### Source data:
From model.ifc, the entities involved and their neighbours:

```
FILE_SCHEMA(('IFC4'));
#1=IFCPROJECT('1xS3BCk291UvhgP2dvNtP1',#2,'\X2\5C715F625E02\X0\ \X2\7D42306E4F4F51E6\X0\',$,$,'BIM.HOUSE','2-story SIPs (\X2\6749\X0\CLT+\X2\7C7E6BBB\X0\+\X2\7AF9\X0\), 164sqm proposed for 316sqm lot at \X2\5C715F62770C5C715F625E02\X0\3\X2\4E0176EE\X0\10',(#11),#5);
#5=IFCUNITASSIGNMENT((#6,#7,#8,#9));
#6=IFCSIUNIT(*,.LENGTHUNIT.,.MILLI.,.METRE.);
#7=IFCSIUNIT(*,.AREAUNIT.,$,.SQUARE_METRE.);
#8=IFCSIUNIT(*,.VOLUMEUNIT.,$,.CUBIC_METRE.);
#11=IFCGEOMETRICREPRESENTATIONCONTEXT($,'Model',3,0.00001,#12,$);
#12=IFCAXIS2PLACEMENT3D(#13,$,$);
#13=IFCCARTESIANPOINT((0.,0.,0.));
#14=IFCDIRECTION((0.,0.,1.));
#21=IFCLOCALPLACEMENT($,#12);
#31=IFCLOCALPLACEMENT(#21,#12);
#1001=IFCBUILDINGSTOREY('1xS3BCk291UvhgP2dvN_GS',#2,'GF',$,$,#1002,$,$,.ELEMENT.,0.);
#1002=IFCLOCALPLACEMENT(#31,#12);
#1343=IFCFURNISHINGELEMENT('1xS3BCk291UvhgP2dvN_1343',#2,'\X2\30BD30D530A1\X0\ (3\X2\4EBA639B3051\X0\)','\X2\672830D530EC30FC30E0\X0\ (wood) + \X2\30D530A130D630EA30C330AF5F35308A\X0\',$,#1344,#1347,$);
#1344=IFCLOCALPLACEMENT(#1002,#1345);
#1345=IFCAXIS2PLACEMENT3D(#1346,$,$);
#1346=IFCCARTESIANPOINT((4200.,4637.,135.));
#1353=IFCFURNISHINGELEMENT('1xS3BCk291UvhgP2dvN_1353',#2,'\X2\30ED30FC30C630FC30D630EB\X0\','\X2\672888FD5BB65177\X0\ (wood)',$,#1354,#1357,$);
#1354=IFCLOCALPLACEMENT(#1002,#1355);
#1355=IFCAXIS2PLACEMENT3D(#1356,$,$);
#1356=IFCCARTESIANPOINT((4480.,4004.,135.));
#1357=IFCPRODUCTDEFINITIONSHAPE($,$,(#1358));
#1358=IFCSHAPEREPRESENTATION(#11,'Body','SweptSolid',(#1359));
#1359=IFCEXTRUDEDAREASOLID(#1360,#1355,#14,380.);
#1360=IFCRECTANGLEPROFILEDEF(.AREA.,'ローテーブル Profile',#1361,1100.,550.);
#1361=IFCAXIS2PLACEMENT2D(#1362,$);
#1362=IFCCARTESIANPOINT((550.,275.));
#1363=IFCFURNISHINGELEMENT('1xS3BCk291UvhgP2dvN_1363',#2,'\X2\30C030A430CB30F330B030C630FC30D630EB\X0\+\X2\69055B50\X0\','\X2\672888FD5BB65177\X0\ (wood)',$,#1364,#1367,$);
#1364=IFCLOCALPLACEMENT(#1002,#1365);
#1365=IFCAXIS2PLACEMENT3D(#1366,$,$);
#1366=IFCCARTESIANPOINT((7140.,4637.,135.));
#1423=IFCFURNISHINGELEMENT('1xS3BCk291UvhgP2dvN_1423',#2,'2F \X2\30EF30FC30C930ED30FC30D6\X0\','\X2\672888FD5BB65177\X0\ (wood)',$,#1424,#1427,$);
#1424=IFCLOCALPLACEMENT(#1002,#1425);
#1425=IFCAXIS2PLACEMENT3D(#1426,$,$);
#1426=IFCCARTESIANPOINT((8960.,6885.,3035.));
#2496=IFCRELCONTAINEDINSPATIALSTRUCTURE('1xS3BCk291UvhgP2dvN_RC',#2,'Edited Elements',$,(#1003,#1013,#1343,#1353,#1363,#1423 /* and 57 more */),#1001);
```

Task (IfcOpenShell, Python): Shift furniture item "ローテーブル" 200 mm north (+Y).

```python
import ifcopenshell
import ifcopenshell.api.geometry
import ifcopenshell.util.placement

model = ifcopenshell.open("model.ifc")

item = model.by_guid("1xS3BCk291UvhgP2dvN_1353")
matrix = ifcopenshell.util.placement.get_local_placement(item.ObjectPlacement)
matrix[1, 3] += 200.0
ifcopenshell.api.geometry.edit_object_placement(model, product=item, matrix=matrix, is_si=False)

print(ifcopenshell.util.placement.get_local_placement(item.ObjectPlacement).round(3) + 0.0)

model.write("model_v2.ifc")
```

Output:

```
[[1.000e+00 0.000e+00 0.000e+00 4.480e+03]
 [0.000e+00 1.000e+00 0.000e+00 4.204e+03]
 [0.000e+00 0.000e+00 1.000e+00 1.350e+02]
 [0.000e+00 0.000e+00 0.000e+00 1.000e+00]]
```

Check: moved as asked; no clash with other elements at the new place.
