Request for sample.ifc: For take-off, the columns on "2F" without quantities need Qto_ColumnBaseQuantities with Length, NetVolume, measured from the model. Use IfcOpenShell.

First a look at what the model holds.

```python
import ifcopenshell
import ifcopenshell.util.element
import ifcopenshell.util.unit

model = ifcopenshell.open("sample.ifc")
print(model.schema)
for unit_type in ("LENGTHUNIT", "AREAUNIT", "VOLUMEUNIT"):
    print(unit_type, ifcopenshell.util.unit.calculate_unit_scale(model, unit_type))
storey = next(s for s in model.by_type("IfcBuildingStorey") if s.Name == "2F")
columns = [e for e in ifcopenshell.util.element.get_decomposition(storey) if e.is_a("IfcColumn")]
for e in sorted(columns, key=lambda e: e.id()):
    print(e.id(), e.is_a(), e.Name, list(ifcopenshell.util.element.get_psets(e, qtos_only=True)), sep=" | ")
```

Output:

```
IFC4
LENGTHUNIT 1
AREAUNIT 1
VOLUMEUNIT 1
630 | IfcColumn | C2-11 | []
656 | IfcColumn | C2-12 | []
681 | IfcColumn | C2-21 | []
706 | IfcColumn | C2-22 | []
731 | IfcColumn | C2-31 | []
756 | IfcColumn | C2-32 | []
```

```python
import ifcopenshell
import ifcopenshell.api.pset
import ifcopenshell.geom
import ifcopenshell.util.element
import ifcopenshell.util.shape
import ifcopenshell.util.unit

model = ifcopenshell.open("sample.ifc")
unit_scale = ifcopenshell.util.unit.calculate_unit_scale(model)
volume_scale = ifcopenshell.util.unit.calculate_unit_scale(model, "VOLUMEUNIT")
settings = ifcopenshell.geom.settings()

storey = next(s for s in model.by_type("IfcBuildingStorey") if s.Name == "2F")
columns = [e for e in ifcopenshell.util.element.get_decomposition(storey) if e.is_a("IfcColumn")]

for e in sorted(columns, key=lambda e: e.id()):
    if ifcopenshell.util.element.get_psets(e, qtos_only=True, should_inherit=False):
        continue
    # Geometry comes back in metres, in the element's own axes.
    shape = ifcopenshell.geom.create_shape(settings, e)
    values = {
        "Length": ifcopenshell.util.shape.get_z(shape.geometry) / unit_scale,
        "NetVolume": ifcopenshell.util.shape.get_volume(shape.geometry) / volume_scale,
    }
    qto = ifcopenshell.api.pset.add_qto(model, product=e, name="Qto_ColumnBaseQuantities")
    ifcopenshell.api.pset.edit_qto(model, qto=qto, properties=values)
    print(e.id(), {k: round(v, 3) for k, v in values.items()})

model.write("sample-out.ifc")
```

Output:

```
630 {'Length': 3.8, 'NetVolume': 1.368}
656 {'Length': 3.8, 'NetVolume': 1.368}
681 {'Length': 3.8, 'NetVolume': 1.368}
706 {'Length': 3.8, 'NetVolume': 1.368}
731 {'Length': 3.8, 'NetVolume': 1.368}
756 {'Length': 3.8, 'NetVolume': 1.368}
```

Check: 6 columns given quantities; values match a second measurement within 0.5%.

### Task item:
The word "IFCCARTESIANPOINT" may appear on some lines of these records; state how many such lines there are, and nothing else.

### Written answer:
6